Dosage penalty vs. no penalty

When the model received no dosage penalty, its regimens were almost identical to those that humans had formulated.

However, when it received small and large dosing penalties, the model significantly cut the frequency and potency of doses. The AI model also reduced tumor sizes when it cut the doses’ potency and frequency.

The team also designed the model to treat patients individually, as well as in a single cohort. The results were similar (the researchers had access to the medical data of each patient).

Traditionally, groups of patients get the same dosing regimen. However, differences in genetic profiles, biomarkers, medical histories, and tumor size may all alter a patient’s treatment requirement.

Traditional clinical trials do not consider these variables. Subsequently, there are poor responses to therapy in large populations, Shah explained.

‘Eye-balling’ method

The AI model offers a major improvement over the traditional ‘eye-balling’ method. The traditional method involves administering doses, observing patient response, and adjusting accordingly.

Clinical trial design expert, Nicholas J. Schork, said:

“(Humans don’t) have the in-depth perception that a machine looking at tons of data has, so the human process is slow, tedious, and inexact.”

“Here, you’re just letting a computer look for patterns in the data, which would take forever for a human to sift through, and use those patterns to find optimal doses.”

Schork is a professor and director of human biology at the J. Craig Venter Institute.

Prof.
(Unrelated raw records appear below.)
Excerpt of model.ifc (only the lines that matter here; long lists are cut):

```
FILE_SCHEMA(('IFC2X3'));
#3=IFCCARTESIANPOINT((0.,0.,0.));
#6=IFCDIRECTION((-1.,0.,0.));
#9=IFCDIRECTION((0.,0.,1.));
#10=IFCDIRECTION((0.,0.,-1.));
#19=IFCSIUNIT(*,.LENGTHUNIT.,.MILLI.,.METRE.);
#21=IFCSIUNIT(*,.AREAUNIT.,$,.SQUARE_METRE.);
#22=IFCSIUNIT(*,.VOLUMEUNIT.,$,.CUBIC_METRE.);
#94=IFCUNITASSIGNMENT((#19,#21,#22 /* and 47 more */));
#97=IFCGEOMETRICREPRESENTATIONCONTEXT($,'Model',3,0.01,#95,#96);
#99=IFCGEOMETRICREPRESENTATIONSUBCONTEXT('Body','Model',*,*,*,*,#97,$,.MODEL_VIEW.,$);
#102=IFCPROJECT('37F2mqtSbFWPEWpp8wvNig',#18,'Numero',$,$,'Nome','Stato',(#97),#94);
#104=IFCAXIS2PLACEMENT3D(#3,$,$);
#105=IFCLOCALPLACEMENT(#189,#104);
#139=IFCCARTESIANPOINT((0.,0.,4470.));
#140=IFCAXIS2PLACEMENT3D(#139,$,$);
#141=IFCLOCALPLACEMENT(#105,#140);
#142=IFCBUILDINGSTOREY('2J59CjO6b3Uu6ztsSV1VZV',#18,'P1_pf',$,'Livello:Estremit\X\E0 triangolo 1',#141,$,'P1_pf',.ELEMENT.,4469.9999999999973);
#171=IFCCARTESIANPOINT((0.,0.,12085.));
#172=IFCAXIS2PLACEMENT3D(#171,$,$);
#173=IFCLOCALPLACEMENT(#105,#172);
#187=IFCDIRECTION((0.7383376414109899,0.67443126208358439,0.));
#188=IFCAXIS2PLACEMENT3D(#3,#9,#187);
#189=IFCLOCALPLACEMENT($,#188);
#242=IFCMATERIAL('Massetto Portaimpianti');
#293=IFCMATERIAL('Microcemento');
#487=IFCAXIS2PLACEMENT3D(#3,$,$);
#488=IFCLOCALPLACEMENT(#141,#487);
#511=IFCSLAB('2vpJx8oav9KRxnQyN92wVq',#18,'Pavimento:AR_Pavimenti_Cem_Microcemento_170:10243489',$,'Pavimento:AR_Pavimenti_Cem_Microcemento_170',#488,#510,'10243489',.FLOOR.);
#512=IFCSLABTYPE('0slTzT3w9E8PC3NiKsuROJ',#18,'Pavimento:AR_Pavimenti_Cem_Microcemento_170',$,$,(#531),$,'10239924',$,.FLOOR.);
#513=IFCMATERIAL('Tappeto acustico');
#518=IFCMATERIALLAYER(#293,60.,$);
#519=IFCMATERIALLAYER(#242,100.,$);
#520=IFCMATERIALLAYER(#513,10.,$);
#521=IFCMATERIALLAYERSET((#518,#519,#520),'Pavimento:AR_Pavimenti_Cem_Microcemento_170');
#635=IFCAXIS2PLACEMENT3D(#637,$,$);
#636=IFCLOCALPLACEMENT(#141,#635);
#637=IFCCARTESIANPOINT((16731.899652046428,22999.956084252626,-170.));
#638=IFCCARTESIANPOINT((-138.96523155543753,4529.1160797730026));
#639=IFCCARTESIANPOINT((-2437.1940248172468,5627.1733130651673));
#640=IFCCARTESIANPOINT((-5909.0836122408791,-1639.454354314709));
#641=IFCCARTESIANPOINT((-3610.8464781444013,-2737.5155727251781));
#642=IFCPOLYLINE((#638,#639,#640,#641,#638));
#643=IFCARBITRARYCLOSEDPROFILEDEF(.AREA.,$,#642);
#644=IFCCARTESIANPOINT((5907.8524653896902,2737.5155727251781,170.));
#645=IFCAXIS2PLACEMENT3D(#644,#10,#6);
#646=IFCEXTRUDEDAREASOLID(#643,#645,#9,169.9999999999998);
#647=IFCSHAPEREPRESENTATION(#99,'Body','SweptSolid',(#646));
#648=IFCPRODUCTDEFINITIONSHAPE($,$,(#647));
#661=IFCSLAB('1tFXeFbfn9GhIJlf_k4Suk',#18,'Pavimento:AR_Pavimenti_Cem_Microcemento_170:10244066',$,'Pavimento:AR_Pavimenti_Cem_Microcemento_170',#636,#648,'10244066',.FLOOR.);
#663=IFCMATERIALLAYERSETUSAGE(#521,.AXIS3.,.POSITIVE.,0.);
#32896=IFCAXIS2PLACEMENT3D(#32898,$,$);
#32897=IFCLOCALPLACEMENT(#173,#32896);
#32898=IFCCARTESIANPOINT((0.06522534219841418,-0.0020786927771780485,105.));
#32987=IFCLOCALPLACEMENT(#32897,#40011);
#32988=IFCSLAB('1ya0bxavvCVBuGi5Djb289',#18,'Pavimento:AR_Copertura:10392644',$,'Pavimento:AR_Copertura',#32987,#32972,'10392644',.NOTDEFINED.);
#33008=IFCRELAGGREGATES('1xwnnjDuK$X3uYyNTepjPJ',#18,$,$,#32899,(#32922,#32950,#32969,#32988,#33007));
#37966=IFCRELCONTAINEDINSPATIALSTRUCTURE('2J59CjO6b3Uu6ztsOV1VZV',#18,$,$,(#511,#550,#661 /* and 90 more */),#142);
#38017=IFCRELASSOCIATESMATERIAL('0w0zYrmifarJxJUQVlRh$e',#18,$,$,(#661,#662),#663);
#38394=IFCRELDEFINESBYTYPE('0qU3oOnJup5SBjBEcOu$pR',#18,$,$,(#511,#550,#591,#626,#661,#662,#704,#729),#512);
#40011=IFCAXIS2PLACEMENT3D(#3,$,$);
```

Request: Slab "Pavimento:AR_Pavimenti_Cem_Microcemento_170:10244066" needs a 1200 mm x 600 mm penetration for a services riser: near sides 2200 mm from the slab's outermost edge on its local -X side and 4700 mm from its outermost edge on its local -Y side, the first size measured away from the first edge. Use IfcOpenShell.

```python
import numpy as np
import ifcopenshell
import ifcopenshell.api.feature
import ifcopenshell.api.geometry
import ifcopenshell.api.root
import ifcopenshell.geom
import ifcopenshell.util.placement
import ifcopenshell.util.representation
import ifcopenshell.util.shape
import ifcopenshell.util.unit

model = ifcopenshell.open("model.ifc")
unit_scale = ifcopenshell.util.unit.calculate_unit_scale(model)
settings = ifcopenshell.geom.settings()


def volume(element):
    """Net volume in cubic metres, openings subtracted."""
    shape = ifcopenshell.geom.create_shape(settings, element)
    return ifcopenshell.util.shape.get_volume(shape.geometry)


slab = model.by_guid("1tFXeFbfn9GhIJlf_k4Suk")
before = volume(slab)

# Extent in the slab's own axes, in metres. The edges named are its -X and -Y sides.
slab_shape = ifcopenshell.geom.create_shape(settings, slab)
vertices = ifcopenshell.util.shape.get_vertices(slab_shape.geometry)
x_min, y_min, bottom = vertices.min(axis=0)
top = vertices[:, 2].max()

opening = ifcopenshell.api.root.create_entity(model, ifc_class="IfcOpeningElement", name="Services riser opening")
context = ifcopenshell.util.representation.get_context(model, "Model", "Body", "MODEL_VIEW")
width, depth = 1.2, 0.6
outline = [(0.0, 0.0), (width, 0.0), (width, depth), (0.0, depth), (0.0, 0.0)]
# Overshoot both faces by 50 mm so the cut is clean.
shape = ifcopenshell.api.geometry.add_slab_representation(
    model, context=context, depth=top - bottom + 0.1, polyline=outline
)
ifcopenshell.api.geometry.assign_representation(model, product=opening, representation=shape)

matrix = ifcopenshell.util.placement.get_local_placement(slab.ObjectPlacement)
matrix[:, 3] = matrix @ np.append(np.array([x_min + 2.2, y_min + 4.7, bottom - 0.05]) / unit_scale, 1.0)
ifcopenshell.api.geometry.edit_object_placement(model, product=opening, matrix=matrix, is_si=False)
ifcopenshell.api.feature.add_feature(model, feature=opening, element=slab)

after = volume(slab)

print(f"slab volume {before:.3f} -> {after:.3f} m3")

model.write("model-out.ifc")
```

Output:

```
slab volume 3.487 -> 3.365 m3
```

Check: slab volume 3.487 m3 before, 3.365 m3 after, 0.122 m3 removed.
Schork believes that this work may be of particular interest to the US FDA. The FDA is currently seeking ways to leverage data and AI to develop health technologies.

FDA stands for Food and Drug Administration. The US FDA is the regulatory agency in charge of medical devices, medications, foods, tobacco products, and cosmetics.

Prof. Schork said:

“(Regulations still need to be established) but I don’t doubt, in a short amount of time, the FDA will figure out how to vet these appropriately, so they can be used in everyday clinical programs.”